## DATA FOR THIS TASK

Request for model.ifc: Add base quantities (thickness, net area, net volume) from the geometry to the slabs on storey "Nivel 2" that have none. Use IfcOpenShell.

First a look at what the model holds.

```python
import ifcopenshell
import ifcopenshell.util.element
import ifcopenshell.util.unit

model = ifcopenshell.open("model.ifc")
print(model.schema)
for unit_type in ("LENGTHUNIT", "AREAUNIT", "VOLUMEUNIT"):
    print(unit_type, ifcopenshell.util.unit.calculate_unit_scale(model, unit_type))
storey = next(s for s in model.by_type("IfcBuildingStorey") if s.Name == "Nivel 2")
slabs = [e for e in ifcopenshell.util.element.get_decomposition(storey) if e.is_a("IfcSlab")]
for e in sorted(slabs, key=lambda e: e.id()):
    print(e.id(), e.is_a(), e.Name, list(ifcopenshell.util.element.get_psets(e, qtos_only=True)), sep=" | ")
```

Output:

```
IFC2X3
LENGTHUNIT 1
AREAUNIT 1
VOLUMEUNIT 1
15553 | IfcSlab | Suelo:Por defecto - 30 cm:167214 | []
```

```python
import ifcopenshell
import ifcopenshell.api.pset
import ifcopenshell.geom
import ifcopenshell.util.element
import ifcopenshell.util.shape
import ifcopenshell.util.unit

model = ifcopenshell.open("model.ifc")
unit_scale = ifcopenshell.util.unit.calculate_unit_scale(model)
area_scale = ifcopenshell.util.unit.calculate_unit_scale(model, "AREAUNIT")
volume_scale = ifcopenshell.util.unit.calculate_unit_scale(model, "VOLUMEUNIT")
settings = ifcopenshell.geom.settings()

storey = next(s for s in model.by_type("IfcBuildingStorey") if s.Name == "Nivel 2")
slabs = [e for e in ifcopenshell.util.element.get_decomposition(storey) if e.is_a("IfcSlab")]

for e in sorted(slabs, key=lambda e: e.id()):
    if ifcopenshell.util.element.get_psets(e, qtos_only=True, should_inherit=False):
        continue
    # Geometry comes back in metres, in the element's own axes.
    shape = ifcopenshell.geom.create_shape(settings, e)
    values = {
        "Width": ifcopenshell.util.shape.get_z(shape.geometry) / unit_scale,
        "NetArea": ifcopenshell.util.shape.get_footprint_area(shape.geometry) / area_scale,
        "NetVolume": ifcopenshell.util.shape.get_volume(shape.geometry) / volume_scale,
    }
    qto = ifcopenshell.api.pset.add_qto(model, product=e, name="BaseQuantities")
    ifcopenshell.api.pset.edit_qto(model, qto=qto, properties=values)
    print(e.id(), {k: round(v, 3) for k, v in values.items()})

model.write("model_edited.ifc")
```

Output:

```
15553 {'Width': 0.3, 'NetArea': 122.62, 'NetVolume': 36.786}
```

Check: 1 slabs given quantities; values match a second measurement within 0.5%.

## WORK TO COMPLETE
In full and without changes, give the data above once more.

## WORKED SOLUTION
Request for model.ifc: Add base quantities (thickness, net area, net volume) from the geometry to the slabs on storey "Nivel 2" that have none. Use IfcOpenShell.

First a look at what the model holds.

```python
import ifcopenshell
import ifcopenshell.util.element
import ifcopenshell.util.unit

model = ifcopenshell.open("model.ifc")
print(model.schema)
for unit_type in ("LENGTHUNIT", "AREAUNIT", "VOLUMEUNIT"):
    print(unit_type, ifcopenshell.util.unit.calculate_unit_scale(model, unit_type))
storey = next(s for s in model.by_type("IfcBuildingStorey") if s.Name == "Nivel 2")
slabs = [e for e in ifcopenshell.util.element.get_decomposition(storey) if e.is_a("IfcSlab")]
for e in sorted(slabs, key=lambda e: e.id()):
    print(e.id(), e.is_a(), e.Name, list(ifcopenshell.util.element.get_psets(e, qtos_only=True)), sep=" | ")
```

Output:

```
IFC2X3
LENGTHUNIT 1
AREAUNIT 1
VOLUMEUNIT 1
15553 | IfcSlab | Suelo:Por defecto - 30 cm:167214 | []
```

```python
import ifcopenshell
import ifcopenshell.api.pset
import ifcopenshell.geom
import ifcopenshell.util.element
import ifcopenshell.util.shape
import ifcopenshell.util.unit

model = ifcopenshell.open("model.ifc")
unit_scale = ifcopenshell.util.unit.calculate_unit_scale(model)
area_scale = ifcopenshell.util.unit.calculate_unit_scale(model, "AREAUNIT")
volume_scale = ifcopenshell.util.unit.calculate_unit_scale(model, "VOLUMEUNIT")
settings = ifcopenshell.geom.settings()

storey = next(s for s in model.by_type("IfcBuildingStorey") if s.Name == "Nivel 2")
slabs = [e for e in ifcopenshell.util.element.get_decomposition(storey) if e.is_a("IfcSlab")]

for e in sorted(slabs, key=lambda e: e.id()):
    if ifcopenshell.util.element.get_psets(e, qtos_only=True, should_inherit=False):
        continue
    # Geometry comes back in metres, in the element's own axes.
    shape = ifcopenshell.geom.create_shape(settings, e)
    values = {
        "Width": ifcopenshell.util.shape.get_z(shape.geometry) / unit_scale,
        "NetArea": ifcopenshell.util.shape.get_footprint_area(shape.geometry) / area_scale,
        "NetVolume": ifcopenshell.util.shape.get_volume(shape.geometry) / volume_scale,
    }
    qto = ifcopenshell.api.pset.add_qto(model, product=e, name="BaseQuantities")
    ifcopenshell.api.pset.edit_qto(model, qto=qto, properties=values)
    print(e.id(), {k: round(v, 3) for k, v in values.items()})

model.write("model_edited.ifc")
```

Output:

```
15553 {'Width': 0.3, 'NetArea': 122.62, 'NetVolume': 36.786}
```

Check: 1 slabs given quantities; values match a second measurement within 0.5%.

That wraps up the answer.